WA to install the country’s longest electric highway


Western Australia is set to install 90 new electric vehicle fast charging stations at 45 different locations stretching from Kununurra in the north, to Esperance in the south and Kalgoorlie in the state’s east. The EV charing stations will be located along what the government called “key travel routes”, with the network spanning a total distance of over 3,000 kilometres.

Each of the stations will be 160 kilometres apart on average, a distance intended to put EV drivers at ease.

The tender for the charging stations’ design is anticipated to hit the market by the end of the year, with the EV charging network expected to be fully operational by early 2024.

The stations will see EVs charged in as little as 15 minutes, with the McGowen government saying the locations were determined by the state-owned energy providers Synergy and Horizon Power in consultation with the Department of Water and Environmental Regulation, and aim to encourage tourists to explore regional towns while their cars charge.

WA’s Electric Vehicle Action Plan aims to prepare the state for a rapid uptake of EVs.

WA government

“Western Australia is a vast state and our huge fast-charging network will give electric vehicle owners confidence they can travel far and wide by eliminating any concerns around range anxiety,” Western Australia’s Environment and Climate Action Minister Amber-Jade Sanderson said.  “This infrastructure is a key to boosting electric vehicle uptake in the state and helps continue the transition to net zero carbon emissions by 2050.”

WA’s government today also launched its Electric Vehicle Action Plan, which aims to provide a set of actions to prepare the state for a rapid uptake of EVs. “The McGowan government is preparing for the future, with 20% of new car sales in Australia expected to be electric by 2030,” Energy Minister Bill Johnston said.

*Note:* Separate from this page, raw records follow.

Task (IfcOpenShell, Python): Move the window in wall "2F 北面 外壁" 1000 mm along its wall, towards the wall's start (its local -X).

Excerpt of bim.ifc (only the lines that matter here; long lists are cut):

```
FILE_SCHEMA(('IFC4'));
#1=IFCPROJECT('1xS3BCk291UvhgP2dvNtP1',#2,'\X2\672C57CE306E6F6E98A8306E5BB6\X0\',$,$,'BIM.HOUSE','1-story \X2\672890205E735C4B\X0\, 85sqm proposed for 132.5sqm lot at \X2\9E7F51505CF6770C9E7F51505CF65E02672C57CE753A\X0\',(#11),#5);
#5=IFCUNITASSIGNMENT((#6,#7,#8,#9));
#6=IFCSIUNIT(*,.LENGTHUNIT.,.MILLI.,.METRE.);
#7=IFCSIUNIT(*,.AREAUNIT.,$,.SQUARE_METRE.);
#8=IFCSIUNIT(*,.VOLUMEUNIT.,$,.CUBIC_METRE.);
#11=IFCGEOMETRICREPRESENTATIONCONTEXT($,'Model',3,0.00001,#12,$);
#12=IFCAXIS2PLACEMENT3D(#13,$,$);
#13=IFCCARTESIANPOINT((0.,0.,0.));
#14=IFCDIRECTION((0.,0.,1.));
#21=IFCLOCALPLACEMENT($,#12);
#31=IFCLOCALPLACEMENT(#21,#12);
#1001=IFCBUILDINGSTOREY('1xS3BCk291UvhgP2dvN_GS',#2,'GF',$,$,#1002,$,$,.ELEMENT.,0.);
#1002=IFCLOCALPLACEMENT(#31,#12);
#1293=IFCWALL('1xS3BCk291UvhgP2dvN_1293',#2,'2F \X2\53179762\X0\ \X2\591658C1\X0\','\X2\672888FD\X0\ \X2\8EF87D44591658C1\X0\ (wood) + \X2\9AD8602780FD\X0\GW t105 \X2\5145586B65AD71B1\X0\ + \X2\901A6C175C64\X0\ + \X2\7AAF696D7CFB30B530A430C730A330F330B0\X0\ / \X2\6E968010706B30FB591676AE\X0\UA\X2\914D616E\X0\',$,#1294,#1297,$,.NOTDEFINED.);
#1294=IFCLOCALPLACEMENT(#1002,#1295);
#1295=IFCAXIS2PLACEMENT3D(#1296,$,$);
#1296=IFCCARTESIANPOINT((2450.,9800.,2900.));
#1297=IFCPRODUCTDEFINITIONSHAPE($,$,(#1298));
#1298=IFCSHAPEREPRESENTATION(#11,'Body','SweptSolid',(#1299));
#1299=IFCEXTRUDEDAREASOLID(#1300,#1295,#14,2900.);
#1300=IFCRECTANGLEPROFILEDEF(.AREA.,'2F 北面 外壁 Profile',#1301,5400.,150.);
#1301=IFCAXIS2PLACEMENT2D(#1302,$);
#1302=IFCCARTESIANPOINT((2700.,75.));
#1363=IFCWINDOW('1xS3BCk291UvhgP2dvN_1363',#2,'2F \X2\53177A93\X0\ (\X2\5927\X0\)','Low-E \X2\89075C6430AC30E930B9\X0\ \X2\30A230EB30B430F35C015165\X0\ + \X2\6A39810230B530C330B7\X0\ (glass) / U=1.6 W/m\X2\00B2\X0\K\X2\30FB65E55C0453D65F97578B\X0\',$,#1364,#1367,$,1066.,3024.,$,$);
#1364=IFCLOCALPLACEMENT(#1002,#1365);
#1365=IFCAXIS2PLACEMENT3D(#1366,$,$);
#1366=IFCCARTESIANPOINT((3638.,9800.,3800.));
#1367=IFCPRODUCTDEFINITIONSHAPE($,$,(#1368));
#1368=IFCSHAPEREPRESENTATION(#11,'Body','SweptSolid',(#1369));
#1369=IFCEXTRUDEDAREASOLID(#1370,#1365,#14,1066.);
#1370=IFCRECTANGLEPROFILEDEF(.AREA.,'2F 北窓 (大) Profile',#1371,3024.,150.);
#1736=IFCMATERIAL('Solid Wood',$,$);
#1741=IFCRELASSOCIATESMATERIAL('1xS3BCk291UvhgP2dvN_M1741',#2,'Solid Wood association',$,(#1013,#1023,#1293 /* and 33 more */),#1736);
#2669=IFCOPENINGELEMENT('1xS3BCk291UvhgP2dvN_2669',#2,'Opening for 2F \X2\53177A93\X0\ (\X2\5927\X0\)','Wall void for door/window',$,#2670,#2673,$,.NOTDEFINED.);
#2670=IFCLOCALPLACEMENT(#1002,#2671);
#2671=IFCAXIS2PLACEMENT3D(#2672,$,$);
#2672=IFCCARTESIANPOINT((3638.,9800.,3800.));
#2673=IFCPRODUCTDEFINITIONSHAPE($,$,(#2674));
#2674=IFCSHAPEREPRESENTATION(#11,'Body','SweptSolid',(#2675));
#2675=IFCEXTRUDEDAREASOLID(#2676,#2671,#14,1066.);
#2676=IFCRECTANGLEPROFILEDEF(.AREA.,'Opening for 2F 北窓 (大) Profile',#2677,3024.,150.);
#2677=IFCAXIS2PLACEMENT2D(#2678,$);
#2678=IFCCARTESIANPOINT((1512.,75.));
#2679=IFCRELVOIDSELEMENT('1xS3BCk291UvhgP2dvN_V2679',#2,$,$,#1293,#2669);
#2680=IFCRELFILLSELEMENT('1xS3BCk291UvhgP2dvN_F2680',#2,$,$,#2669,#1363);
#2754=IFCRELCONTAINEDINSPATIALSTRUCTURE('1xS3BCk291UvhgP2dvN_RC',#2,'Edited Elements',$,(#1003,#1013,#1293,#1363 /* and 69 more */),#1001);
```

```python
import ifcopenshell
import ifcopenshell.api.geometry
import ifcopenshell.util.placement
import ifcopenshell.util.unit

model = ifcopenshell.open("bim.ifc")
unit_scale = ifcopenshell.util.unit.calculate_unit_scale(model)

window = model.by_id(1363)
opening = window.FillsVoids[0].RelatingOpeningElement
wall = opening.VoidsElements[0].RelatingBuildingElement

wall_matrix = ifcopenshell.util.placement.get_local_placement(wall.ObjectPlacement)
shift = wall_matrix[:3, 0] * -1 / unit_scale
before = ifcopenshell.util.placement.get_local_placement(window.ObjectPlacement)[:3, 3].copy()

# The window is not placed relative to its opening, so move both.
for product in (opening, window):
    matrix = ifcopenshell.util.placement.get_local_placement(product.ObjectPlacement)
    matrix[:3, 3] += shift
    ifcopenshell.api.geometry.edit_object_placement(model, product=product, matrix=matrix, is_si=False)

after = ifcopenshell.util.placement.get_local_placement(window.ObjectPlacement)[:3, 3]
print("window moved by", (after - before).round(3) + 0.0)

model.write("bim_v2.ifc")
```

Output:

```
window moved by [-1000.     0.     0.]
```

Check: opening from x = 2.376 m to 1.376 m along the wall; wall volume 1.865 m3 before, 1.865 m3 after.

This year, the government’s plan is to focus on industry collaboration, sharing knowledge to integrate distributed energy resources (DERs), EV and batteries at fringe of grid. It also wants to ensure network operators have visibility of new connections while keeping the customer EV purchase and connection journeys simple.

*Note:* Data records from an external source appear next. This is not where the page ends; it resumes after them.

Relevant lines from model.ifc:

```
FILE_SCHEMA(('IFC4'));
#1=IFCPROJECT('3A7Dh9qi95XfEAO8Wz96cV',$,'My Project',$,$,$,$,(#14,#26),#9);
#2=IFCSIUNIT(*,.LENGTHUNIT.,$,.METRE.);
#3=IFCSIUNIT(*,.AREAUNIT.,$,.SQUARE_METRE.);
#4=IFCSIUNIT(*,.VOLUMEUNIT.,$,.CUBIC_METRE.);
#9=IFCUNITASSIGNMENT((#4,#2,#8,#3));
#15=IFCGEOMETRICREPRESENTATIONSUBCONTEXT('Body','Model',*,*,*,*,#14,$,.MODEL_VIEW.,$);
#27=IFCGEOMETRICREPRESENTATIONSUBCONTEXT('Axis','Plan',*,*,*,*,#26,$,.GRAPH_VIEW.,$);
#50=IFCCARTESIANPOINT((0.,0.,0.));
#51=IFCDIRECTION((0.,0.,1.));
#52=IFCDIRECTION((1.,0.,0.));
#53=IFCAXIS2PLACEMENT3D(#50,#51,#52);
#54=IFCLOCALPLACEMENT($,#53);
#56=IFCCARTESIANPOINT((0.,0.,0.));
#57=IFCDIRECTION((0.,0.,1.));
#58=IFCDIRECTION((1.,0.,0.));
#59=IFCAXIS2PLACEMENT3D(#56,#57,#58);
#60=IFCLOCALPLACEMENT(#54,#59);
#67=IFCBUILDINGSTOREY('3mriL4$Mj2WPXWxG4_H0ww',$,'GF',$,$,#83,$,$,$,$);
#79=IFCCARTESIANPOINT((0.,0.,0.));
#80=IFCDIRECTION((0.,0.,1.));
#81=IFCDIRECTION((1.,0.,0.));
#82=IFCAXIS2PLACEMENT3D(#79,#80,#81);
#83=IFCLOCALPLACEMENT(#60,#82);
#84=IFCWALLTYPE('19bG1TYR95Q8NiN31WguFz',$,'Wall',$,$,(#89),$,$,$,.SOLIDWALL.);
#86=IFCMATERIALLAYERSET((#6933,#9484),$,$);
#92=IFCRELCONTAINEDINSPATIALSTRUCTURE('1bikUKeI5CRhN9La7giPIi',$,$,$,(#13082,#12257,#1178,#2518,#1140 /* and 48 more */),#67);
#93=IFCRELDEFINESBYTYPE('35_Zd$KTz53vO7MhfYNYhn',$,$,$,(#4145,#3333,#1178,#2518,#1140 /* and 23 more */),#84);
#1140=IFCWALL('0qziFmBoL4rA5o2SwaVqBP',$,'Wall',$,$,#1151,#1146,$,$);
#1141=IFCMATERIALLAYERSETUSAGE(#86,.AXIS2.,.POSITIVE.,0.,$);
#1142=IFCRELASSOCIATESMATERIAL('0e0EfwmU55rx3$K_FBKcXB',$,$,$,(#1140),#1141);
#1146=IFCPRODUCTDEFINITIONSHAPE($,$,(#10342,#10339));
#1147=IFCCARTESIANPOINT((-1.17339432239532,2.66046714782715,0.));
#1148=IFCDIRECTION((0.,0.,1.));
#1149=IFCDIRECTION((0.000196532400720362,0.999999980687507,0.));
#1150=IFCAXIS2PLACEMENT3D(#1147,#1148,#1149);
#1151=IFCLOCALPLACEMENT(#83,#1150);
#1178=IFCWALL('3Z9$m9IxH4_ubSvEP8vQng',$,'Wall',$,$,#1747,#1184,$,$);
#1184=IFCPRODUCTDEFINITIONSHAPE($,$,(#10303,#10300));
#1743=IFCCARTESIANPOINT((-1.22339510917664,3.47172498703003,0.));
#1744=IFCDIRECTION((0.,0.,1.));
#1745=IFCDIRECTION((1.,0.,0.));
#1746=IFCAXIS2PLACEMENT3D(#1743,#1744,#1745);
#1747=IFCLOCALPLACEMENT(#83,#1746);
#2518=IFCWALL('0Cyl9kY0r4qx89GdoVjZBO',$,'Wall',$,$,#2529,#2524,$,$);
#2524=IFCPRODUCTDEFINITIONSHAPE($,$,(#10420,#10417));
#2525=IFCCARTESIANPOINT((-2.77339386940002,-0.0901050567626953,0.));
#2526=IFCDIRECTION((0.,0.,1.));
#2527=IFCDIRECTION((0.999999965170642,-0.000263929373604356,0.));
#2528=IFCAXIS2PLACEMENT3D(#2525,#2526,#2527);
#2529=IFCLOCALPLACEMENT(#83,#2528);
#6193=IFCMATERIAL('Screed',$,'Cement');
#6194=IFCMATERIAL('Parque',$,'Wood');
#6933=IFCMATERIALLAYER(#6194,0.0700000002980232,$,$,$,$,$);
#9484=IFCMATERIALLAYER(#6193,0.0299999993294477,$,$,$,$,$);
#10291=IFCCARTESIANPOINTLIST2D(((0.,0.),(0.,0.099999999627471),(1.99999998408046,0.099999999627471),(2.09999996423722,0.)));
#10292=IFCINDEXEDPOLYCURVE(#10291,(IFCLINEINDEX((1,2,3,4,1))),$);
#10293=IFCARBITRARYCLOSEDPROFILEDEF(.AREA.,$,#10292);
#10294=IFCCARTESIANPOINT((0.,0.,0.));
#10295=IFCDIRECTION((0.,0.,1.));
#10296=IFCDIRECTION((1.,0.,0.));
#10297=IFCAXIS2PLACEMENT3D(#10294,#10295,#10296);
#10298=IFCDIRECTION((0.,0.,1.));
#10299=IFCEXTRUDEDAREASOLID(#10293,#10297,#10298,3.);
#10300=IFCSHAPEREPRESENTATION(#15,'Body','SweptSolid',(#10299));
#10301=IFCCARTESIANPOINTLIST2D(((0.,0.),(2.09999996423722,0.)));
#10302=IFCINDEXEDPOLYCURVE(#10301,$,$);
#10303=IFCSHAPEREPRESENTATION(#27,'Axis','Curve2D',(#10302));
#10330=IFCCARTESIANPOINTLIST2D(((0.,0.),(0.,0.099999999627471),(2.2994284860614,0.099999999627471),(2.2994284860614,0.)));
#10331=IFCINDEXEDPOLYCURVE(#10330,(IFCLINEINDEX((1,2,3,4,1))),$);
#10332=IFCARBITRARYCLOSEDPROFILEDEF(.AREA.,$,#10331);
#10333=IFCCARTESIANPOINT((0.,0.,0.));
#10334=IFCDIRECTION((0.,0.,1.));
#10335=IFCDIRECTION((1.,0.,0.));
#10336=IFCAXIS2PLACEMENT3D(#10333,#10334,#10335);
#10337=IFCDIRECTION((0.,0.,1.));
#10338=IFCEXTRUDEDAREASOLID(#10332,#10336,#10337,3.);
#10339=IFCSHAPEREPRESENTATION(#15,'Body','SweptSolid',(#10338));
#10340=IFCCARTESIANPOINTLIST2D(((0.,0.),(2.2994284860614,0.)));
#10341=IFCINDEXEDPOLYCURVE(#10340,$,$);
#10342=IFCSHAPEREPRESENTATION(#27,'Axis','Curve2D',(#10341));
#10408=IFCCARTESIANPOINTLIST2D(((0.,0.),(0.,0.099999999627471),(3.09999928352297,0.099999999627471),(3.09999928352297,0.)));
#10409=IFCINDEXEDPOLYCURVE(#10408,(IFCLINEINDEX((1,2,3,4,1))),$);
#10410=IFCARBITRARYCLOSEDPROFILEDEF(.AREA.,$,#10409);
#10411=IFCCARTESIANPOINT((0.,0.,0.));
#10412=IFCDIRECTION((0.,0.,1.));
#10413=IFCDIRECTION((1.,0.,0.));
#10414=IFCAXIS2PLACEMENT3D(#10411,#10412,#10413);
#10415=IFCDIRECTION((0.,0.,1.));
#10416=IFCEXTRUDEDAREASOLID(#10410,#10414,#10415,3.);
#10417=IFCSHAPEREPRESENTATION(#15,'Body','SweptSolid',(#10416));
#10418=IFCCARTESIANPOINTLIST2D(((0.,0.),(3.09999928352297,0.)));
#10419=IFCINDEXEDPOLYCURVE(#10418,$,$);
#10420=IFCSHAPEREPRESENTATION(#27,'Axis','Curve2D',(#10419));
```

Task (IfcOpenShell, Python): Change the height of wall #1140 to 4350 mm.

```python
import ifcopenshell
import ifcopenshell.geom
import ifcopenshell.util.representation
import ifcopenshell.util.shape
import ifcopenshell.util.unit

model = ifcopenshell.open("model.ifc")
unit_scale = ifcopenshell.util.unit.calculate_unit_scale(model)
settings = ifcopenshell.geom.settings()


def volume(element):
    """Net volume in cubic metres, openings subtracted."""
    shape = ifcopenshell.geom.create_shape(settings, element)
    return ifcopenshell.util.shape.get_volume(shape.geometry)


wall = model.by_guid("0qziFmBoL4rA5o2SwaVqBP")
before = volume(wall)

body = ifcopenshell.util.representation.get_representation(wall, "Model", "Body")
solid = body.Items[0]
old_height = solid.Depth
solid.Depth = 4.35 / unit_scale
after = volume(wall)

print(f"height {old_height:g} -> {solid.Depth:g}, volume {before:.3f} -> {after:.3f} m3")

model.write("model-out.ifc")
```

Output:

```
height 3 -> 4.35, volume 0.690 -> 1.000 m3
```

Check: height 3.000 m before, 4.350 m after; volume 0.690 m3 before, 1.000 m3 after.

The plan ramps up next year, when the state government will begin discussing EV tariffs, carrying out customer research, planning scenarios and developing models to assess uptake impacts. By 2024, the state is hoping to have consumer protections in place.

The new fast-charging network announcement is part of the state government’s $21 million Electric Vehicle Fund and the State Electric Vehicle Strategy for Western Australia.